Supplied material below:

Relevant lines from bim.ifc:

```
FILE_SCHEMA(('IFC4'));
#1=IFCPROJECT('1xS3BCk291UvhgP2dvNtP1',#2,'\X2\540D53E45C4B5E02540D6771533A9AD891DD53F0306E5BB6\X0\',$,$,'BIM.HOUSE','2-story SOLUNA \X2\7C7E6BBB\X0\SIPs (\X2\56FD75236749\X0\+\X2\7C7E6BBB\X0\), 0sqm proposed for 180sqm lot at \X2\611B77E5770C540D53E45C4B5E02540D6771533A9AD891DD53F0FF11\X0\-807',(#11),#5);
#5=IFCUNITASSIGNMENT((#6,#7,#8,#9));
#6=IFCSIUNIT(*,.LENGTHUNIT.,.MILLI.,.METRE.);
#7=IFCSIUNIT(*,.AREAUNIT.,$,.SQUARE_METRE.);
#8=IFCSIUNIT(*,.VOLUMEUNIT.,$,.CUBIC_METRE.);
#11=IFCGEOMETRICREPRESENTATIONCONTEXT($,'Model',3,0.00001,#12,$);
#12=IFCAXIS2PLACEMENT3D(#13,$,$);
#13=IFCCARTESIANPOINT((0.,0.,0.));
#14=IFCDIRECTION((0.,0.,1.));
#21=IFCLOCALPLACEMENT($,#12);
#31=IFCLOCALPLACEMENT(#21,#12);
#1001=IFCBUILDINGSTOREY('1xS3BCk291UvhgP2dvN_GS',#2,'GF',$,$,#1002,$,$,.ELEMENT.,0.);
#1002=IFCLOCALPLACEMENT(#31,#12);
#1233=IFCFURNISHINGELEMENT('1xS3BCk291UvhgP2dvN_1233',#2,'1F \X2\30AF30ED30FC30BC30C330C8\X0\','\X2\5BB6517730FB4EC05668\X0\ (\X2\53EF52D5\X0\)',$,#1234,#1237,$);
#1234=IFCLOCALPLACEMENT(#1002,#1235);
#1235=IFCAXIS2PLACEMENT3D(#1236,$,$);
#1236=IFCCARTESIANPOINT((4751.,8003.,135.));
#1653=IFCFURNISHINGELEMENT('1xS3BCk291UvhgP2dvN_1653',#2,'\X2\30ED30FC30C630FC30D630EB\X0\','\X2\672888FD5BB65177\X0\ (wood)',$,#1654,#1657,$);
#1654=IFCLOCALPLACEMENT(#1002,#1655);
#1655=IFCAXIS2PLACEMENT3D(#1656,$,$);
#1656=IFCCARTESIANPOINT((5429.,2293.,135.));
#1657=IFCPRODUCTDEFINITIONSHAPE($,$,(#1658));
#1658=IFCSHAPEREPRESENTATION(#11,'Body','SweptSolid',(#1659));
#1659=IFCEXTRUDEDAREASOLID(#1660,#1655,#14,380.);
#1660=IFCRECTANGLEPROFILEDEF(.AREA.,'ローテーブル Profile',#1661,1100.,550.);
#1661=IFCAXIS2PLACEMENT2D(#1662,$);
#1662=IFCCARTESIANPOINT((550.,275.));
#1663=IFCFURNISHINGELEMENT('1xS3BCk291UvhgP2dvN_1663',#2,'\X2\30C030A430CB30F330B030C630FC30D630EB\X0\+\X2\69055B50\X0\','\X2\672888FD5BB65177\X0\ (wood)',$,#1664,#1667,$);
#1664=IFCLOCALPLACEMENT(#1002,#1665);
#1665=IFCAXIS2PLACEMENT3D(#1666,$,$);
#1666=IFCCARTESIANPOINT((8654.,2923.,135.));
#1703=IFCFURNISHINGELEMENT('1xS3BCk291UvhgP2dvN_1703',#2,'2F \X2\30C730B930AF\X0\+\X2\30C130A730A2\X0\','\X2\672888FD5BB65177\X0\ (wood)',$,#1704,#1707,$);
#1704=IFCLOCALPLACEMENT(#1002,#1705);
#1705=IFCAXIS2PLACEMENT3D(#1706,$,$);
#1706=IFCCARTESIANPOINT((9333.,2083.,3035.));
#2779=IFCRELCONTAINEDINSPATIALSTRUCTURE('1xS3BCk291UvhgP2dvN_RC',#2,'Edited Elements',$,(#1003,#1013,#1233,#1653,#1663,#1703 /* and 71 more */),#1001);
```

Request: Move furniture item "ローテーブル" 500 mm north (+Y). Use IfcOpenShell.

```python
import ifcopenshell
import ifcopenshell.api.geometry
import ifcopenshell.util.placement
import ifcopenshell.util.unit

model = ifcopenshell.open("bim.ifc")
unit_scale = ifcopenshell.util.unit.calculate_unit_scale(model)

item = model.by_guid("1xS3BCk291UvhgP2dvN_1653")
matrix = ifcopenshell.util.placement.get_local_placement(item.ObjectPlacement)
matrix[1, 3] += 0.5 / unit_scale
ifcopenshell.api.geometry.edit_object_placement(model, product=item, matrix=matrix, is_si=False)

print(ifcopenshell.util.placement.get_local_placement(item.ObjectPlacement).round(3) + 0.0)

model.write("bim_updated.ifc")
```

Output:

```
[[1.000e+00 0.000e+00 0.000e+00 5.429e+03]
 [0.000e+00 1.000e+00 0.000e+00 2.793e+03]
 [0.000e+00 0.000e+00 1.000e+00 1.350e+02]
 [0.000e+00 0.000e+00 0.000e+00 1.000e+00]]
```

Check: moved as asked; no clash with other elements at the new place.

End of Supplied material.

#### Problem description
Transcribe every record above so that nothing differs from the original.

#### Written response
Relevant lines from bim.ifc:

```
FILE_SCHEMA(('IFC4'));
#1=IFCPROJECT('1xS3BCk291UvhgP2dvNtP1',#2,'\X2\540D53E45C4B5E02540D6771533A9AD891DD53F0306E5BB6\X0\',$,$,'BIM.HOUSE','2-story SOLUNA \X2\7C7E6BBB\X0\SIPs (\X2\56FD75236749\X0\+\X2\7C7E6BBB\X0\), 0sqm proposed for 180sqm lot at \X2\611B77E5770C540D53E45C4B5E02540D6771533A9AD891DD53F0FF11\X0\-807',(#11),#5);
#5=IFCUNITASSIGNMENT((#6,#7,#8,#9));
#6=IFCSIUNIT(*,.LENGTHUNIT.,.MILLI.,.METRE.);
#7=IFCSIUNIT(*,.AREAUNIT.,$,.SQUARE_METRE.);
#8=IFCSIUNIT(*,.VOLUMEUNIT.,$,.CUBIC_METRE.);
#11=IFCGEOMETRICREPRESENTATIONCONTEXT($,'Model',3,0.00001,#12,$);
#12=IFCAXIS2PLACEMENT3D(#13,$,$);
#13=IFCCARTESIANPOINT((0.,0.,0.));
#14=IFCDIRECTION((0.,0.,1.));
#21=IFCLOCALPLACEMENT($,#12);
#31=IFCLOCALPLACEMENT(#21,#12);
#1001=IFCBUILDINGSTOREY('1xS3BCk291UvhgP2dvN_GS',#2,'GF',$,$,#1002,$,$,.ELEMENT.,0.);
#1002=IFCLOCALPLACEMENT(#31,#12);
#1233=IFCFURNISHINGELEMENT('1xS3BCk291UvhgP2dvN_1233',#2,'1F \X2\30AF30ED30FC30BC30C330C8\X0\','\X2\5BB6517730FB4EC05668\X0\ (\X2\53EF52D5\X0\)',$,#1234,#1237,$);
#1234=IFCLOCALPLACEMENT(#1002,#1235);
#1235=IFCAXIS2PLACEMENT3D(#1236,$,$);
#1236=IFCCARTESIANPOINT((4751.,8003.,135.));
#1653=IFCFURNISHINGELEMENT('1xS3BCk291UvhgP2dvN_1653',#2,'\X2\30ED30FC30C630FC30D630EB\X0\','\X2\672888FD5BB65177\X0\ (wood)',$,#1654,#1657,$);
#1654=IFCLOCALPLACEMENT(#1002,#1655);
#1655=IFCAXIS2PLACEMENT3D(#1656,$,$);
#1656=IFCCARTESIANPOINT((5429.,2293.,135.));
#1657=IFCPRODUCTDEFINITIONSHAPE($,$,(#1658));
#1658=IFCSHAPEREPRESENTATION(#11,'Body','SweptSolid',(#1659));
#1659=IFCEXTRUDEDAREASOLID(#1660,#1655,#14,380.);
#1660=IFCRECTANGLEPROFILEDEF(.AREA.,'ローテーブル Profile',#1661,1100.,550.);
#1661=IFCAXIS2PLACEMENT2D(#1662,$);
#1662=IFCCARTESIANPOINT((550.,275.));
#1663=IFCFURNISHINGELEMENT('1xS3BCk291UvhgP2dvN_1663',#2,'\X2\30C030A430CB30F330B030C630FC30D630EB\X0\+\X2\69055B50\X0\','\X2\672888FD5BB65177\X0\ (wood)',$,#1664,#1667,$);
#1664=IFCLOCALPLACEMENT(#1002,#1665);
#1665=IFCAXIS2PLACEMENT3D(#1666,$,$);
#1666=IFCCARTESIANPOINT((8654.,2923.,135.));
#1703=IFCFURNISHINGELEMENT('1xS3BCk291UvhgP2dvN_1703',#2,'2F \X2\30C730B930AF\X0\+\X2\30C130A730A2\X0\','\X2\672888FD5BB65177\X0\ (wood)',$,#1704,#1707,$);
#1704=IFCLOCALPLACEMENT(#1002,#1705);
#1705=IFCAXIS2PLACEMENT3D(#1706,$,$);
#1706=IFCCARTESIANPOINT((9333.,2083.,3035.));
#2779=IFCRELCONTAINEDINSPATIALSTRUCTURE('1xS3BCk291UvhgP2dvN_RC',#2,'Edited Elements',$,(#1003,#1013,#1233,#1653,#1663,#1703 /* and 71 more */),#1001);
```

Request: Move furniture item "ローテーブル" 500 mm north (+Y). Use IfcOpenShell.

```python
import ifcopenshell
import ifcopenshell.api.geometry
import ifcopenshell.util.placement
import ifcopenshell.util.unit

model = ifcopenshell.open("bim.ifc")
unit_scale = ifcopenshell.util.unit.calculate_unit_scale(model)

item = model.by_guid("1xS3BCk291UvhgP2dvN_1653")
matrix = ifcopenshell.util.placement.get_local_placement(item.ObjectPlacement)
matrix[1, 3] += 0.5 / unit_scale
ifcopenshell.api.geometry.edit_object_placement(model, product=item, matrix=matrix, is_si=False)

print(ifcopenshell.util.placement.get_local_placement(item.ObjectPlacement).round(3) + 0.0)

model.write("bim_updated.ifc")
```

Output:

```
[[1.000e+00 0.000e+00 0.000e+00 5.429e+03]
 [0.000e+00 1.000e+00 0.000e+00 2.793e+03]
 [0.000e+00 0.000e+00 1.000e+00 1.350e+02]
 [0.000e+00 0.000e+00 0.000e+00 1.000e+00]]
```

Check: moved as asked; no clash with other elements at the new place.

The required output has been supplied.